What comes after wobbles a lot in quality, with actors who never quite seem to find their proper rhythm, delivering awkward dialogue, and enacting a plot that only makes the vaguest, most utilitarian sense. The set-up is admirable, however, for carefully arranging a storyline that necessitates repeated killings as gruesome as possible: as part of a programme to create a community of zombies, new candidates must be killed in the most extremely brutal of fashions. The film eventually proves a kind of extended variation on a particularly ghoulish and far gorier episode of The Twilight Zone or the like, with its hoary double-buff premise and black-humour punch-line. Local sheriff Dan Gillis (James Farentino), suspicious when he finds Le Moyne fried to a crisp but still clinging onto life in his car, which has been wrecked to resemble a traffic accident, begins probing, a task that becomes all the more urgent as more people begin to turn up hideously tortured and killed, including a drunkard fisherman (Ed Bakey) and a pretty young hitchhiker (Lisa Marie, a long time pre-Tim Burton).
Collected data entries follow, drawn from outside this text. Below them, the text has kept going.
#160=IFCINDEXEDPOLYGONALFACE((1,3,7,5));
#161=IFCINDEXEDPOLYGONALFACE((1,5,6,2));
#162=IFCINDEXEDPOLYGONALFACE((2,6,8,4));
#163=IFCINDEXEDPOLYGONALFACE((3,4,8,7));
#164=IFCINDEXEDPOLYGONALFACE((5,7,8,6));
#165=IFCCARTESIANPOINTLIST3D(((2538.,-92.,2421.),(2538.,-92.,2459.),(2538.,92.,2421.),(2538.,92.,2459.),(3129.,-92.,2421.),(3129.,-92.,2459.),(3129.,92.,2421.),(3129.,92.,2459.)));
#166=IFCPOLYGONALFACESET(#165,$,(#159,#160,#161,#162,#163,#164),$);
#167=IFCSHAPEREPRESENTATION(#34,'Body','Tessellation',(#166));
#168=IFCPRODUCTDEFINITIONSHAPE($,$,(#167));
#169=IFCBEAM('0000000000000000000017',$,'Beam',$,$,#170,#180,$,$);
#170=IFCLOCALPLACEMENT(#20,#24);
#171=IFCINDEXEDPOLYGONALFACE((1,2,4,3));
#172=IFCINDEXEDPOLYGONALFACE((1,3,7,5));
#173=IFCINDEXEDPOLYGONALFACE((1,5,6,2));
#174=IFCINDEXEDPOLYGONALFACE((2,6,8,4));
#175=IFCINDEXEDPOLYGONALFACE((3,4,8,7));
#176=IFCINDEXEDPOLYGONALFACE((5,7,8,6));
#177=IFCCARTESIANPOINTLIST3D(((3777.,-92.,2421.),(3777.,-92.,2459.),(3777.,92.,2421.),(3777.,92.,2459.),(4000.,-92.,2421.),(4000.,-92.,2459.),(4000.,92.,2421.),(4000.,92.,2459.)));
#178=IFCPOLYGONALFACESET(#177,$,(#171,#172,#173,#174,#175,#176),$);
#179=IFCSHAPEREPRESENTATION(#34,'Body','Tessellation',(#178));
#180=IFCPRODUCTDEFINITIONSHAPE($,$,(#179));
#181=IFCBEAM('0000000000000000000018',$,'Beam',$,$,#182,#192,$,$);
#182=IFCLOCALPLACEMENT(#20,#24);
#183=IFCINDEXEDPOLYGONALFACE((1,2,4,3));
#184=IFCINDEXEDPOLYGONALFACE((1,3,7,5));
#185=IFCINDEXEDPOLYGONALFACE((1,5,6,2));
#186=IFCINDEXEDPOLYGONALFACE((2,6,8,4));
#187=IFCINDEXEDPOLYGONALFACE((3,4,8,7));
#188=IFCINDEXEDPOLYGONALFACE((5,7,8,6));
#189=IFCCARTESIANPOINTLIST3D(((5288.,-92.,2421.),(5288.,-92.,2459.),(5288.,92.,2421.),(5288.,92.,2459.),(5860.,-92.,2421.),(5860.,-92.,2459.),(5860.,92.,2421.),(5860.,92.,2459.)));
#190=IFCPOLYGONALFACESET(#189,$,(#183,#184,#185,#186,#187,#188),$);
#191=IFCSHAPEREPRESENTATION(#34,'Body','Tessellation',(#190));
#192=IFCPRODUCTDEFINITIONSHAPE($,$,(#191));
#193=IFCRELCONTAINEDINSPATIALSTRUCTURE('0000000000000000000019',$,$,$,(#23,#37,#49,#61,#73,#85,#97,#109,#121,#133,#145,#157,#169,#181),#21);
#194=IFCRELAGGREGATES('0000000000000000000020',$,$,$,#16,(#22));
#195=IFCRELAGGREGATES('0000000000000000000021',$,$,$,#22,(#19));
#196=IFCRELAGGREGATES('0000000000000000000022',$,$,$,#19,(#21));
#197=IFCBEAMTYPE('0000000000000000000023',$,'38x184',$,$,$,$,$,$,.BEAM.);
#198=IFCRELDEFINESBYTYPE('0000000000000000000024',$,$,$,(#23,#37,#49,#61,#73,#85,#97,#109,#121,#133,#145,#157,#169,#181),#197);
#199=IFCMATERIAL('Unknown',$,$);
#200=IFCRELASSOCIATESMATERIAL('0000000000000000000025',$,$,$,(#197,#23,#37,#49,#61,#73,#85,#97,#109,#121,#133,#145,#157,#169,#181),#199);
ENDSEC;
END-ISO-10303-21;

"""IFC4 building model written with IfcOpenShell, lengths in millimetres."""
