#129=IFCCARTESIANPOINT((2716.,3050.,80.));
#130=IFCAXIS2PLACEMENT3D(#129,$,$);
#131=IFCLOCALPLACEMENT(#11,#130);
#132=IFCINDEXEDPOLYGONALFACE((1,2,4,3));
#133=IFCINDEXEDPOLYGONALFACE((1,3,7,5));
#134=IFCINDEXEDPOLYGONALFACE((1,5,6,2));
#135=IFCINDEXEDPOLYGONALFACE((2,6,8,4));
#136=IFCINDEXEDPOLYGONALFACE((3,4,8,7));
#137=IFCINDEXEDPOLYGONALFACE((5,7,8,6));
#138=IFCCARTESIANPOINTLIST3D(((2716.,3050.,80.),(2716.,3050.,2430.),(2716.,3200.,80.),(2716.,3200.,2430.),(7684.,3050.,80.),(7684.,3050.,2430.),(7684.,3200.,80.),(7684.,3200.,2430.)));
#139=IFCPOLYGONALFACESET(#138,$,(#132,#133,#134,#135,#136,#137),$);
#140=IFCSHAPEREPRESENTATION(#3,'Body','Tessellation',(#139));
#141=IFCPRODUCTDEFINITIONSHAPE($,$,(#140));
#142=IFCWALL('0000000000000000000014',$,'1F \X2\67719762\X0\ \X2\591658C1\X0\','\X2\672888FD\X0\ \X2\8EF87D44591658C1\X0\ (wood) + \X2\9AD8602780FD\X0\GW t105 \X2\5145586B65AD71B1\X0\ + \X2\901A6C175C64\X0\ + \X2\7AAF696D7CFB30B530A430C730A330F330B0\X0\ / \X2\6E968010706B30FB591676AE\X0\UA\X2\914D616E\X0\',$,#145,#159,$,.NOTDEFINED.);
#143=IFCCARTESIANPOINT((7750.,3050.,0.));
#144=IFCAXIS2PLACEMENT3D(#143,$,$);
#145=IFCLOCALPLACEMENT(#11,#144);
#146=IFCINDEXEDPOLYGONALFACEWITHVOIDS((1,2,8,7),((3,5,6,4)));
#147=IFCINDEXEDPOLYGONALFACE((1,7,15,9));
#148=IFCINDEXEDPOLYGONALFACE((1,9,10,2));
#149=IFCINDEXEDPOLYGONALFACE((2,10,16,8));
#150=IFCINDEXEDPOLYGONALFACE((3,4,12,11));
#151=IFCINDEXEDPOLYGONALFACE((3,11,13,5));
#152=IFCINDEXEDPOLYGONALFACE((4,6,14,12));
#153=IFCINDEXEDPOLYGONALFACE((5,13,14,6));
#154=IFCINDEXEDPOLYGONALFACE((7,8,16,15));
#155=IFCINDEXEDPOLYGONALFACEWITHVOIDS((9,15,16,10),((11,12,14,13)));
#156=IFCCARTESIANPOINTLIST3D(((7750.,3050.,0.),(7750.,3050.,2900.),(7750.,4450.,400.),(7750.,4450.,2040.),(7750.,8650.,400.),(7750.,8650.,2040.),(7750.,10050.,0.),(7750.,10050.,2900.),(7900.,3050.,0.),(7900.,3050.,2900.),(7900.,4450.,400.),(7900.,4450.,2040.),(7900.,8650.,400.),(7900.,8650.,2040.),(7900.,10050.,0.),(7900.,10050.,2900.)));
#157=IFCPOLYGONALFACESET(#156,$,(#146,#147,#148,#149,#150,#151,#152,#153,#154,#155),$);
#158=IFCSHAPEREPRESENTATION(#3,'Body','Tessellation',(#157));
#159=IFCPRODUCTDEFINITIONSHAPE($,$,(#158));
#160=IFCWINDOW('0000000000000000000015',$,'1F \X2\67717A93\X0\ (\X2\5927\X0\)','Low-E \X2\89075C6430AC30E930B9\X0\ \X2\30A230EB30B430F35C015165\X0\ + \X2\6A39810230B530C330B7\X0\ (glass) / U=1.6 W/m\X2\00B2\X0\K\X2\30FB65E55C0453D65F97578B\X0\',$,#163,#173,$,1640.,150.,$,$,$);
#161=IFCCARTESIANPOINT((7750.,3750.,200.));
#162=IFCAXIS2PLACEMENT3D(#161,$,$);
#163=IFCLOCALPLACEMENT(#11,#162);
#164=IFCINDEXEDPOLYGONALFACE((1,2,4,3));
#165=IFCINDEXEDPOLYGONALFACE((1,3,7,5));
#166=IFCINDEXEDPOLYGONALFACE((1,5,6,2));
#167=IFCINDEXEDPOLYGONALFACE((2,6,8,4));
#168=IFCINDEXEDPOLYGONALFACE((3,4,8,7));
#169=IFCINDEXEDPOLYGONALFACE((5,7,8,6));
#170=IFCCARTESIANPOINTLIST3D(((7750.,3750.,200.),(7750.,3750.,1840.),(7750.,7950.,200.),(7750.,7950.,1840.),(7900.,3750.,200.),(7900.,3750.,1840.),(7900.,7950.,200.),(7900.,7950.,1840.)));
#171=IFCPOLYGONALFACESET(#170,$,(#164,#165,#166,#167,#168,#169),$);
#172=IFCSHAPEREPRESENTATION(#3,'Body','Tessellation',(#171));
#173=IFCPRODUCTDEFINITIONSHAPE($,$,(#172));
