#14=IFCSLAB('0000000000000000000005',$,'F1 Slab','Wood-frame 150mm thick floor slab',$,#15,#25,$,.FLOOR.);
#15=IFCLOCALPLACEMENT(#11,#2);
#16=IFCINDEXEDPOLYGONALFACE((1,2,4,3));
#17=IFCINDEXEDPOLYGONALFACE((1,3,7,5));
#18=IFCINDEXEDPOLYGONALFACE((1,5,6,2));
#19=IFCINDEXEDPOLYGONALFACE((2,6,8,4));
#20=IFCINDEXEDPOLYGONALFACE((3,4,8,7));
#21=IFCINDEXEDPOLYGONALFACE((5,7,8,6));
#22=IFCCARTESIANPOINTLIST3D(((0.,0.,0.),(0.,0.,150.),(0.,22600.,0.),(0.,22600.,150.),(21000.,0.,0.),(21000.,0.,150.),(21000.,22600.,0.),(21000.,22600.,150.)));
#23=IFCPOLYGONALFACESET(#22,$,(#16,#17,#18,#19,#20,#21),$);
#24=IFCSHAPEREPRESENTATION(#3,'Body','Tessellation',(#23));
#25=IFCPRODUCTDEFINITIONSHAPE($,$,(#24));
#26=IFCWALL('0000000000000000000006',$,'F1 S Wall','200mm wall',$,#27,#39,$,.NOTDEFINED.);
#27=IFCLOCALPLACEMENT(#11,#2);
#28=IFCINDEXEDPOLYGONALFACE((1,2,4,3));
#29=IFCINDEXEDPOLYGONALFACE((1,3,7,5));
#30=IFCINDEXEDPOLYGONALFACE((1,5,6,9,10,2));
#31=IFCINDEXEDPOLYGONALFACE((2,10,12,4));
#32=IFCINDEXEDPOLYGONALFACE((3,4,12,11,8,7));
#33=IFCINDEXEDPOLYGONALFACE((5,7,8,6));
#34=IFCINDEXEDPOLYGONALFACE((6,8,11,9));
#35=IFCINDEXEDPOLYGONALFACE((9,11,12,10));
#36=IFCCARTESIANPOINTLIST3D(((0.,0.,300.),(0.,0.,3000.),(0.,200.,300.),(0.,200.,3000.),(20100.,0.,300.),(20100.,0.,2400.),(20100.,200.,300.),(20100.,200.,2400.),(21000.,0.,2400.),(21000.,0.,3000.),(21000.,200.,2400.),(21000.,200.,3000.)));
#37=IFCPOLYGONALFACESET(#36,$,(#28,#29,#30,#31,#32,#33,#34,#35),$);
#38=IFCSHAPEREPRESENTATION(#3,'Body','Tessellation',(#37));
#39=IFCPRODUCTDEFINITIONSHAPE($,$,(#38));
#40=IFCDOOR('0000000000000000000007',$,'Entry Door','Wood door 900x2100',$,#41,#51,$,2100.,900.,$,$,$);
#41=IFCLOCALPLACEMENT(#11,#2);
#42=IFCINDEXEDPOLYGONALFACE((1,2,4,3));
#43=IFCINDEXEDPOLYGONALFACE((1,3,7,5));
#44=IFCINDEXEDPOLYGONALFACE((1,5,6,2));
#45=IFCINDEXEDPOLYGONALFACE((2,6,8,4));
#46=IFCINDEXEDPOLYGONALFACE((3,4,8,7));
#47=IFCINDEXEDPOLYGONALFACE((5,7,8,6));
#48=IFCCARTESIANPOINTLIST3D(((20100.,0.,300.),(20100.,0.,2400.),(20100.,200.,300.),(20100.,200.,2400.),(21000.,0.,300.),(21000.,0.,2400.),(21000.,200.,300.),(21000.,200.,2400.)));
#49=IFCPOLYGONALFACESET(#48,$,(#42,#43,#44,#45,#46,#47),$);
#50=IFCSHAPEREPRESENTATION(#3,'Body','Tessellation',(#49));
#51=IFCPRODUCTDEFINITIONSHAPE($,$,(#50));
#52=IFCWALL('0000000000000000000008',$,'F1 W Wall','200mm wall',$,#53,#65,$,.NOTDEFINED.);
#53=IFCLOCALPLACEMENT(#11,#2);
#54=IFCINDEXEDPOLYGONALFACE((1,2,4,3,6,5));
Dan becomes increasingly unstable emotionally, and has snappy exchanges with his teacher wife, Janet (Melody Anderson), who’s keeping books on witchcraft in her sock drawer – to entertain her students with, she says, with his paranoia stoked when he learns of her connection with Le Moyne. Dan also has a quarrelsome relationship with the local coroner-cum-mortician, William Dobbs (Jack Albertson), a self-congratulatory “magician” at restoring the dead to showroom-worthy condition. It’s hardly a surprise finally that he proves to be the puppet master of the undead. O’Bannon and Shusett’s original plans were apparently more comedic than the final result, and there’s more than a hint of inspiration drawn from The Wicker Man, with the remote locale and hidden cabalistic conspiracy assailing an impotent policeman, a similarity particularly acute in Janet’s comedic recitation of morbid details to her class. If the comedy had been left more discernable, however, the basic MacGuffin would be more readily recognisable as uncomfortably similar to Death Becomes Her.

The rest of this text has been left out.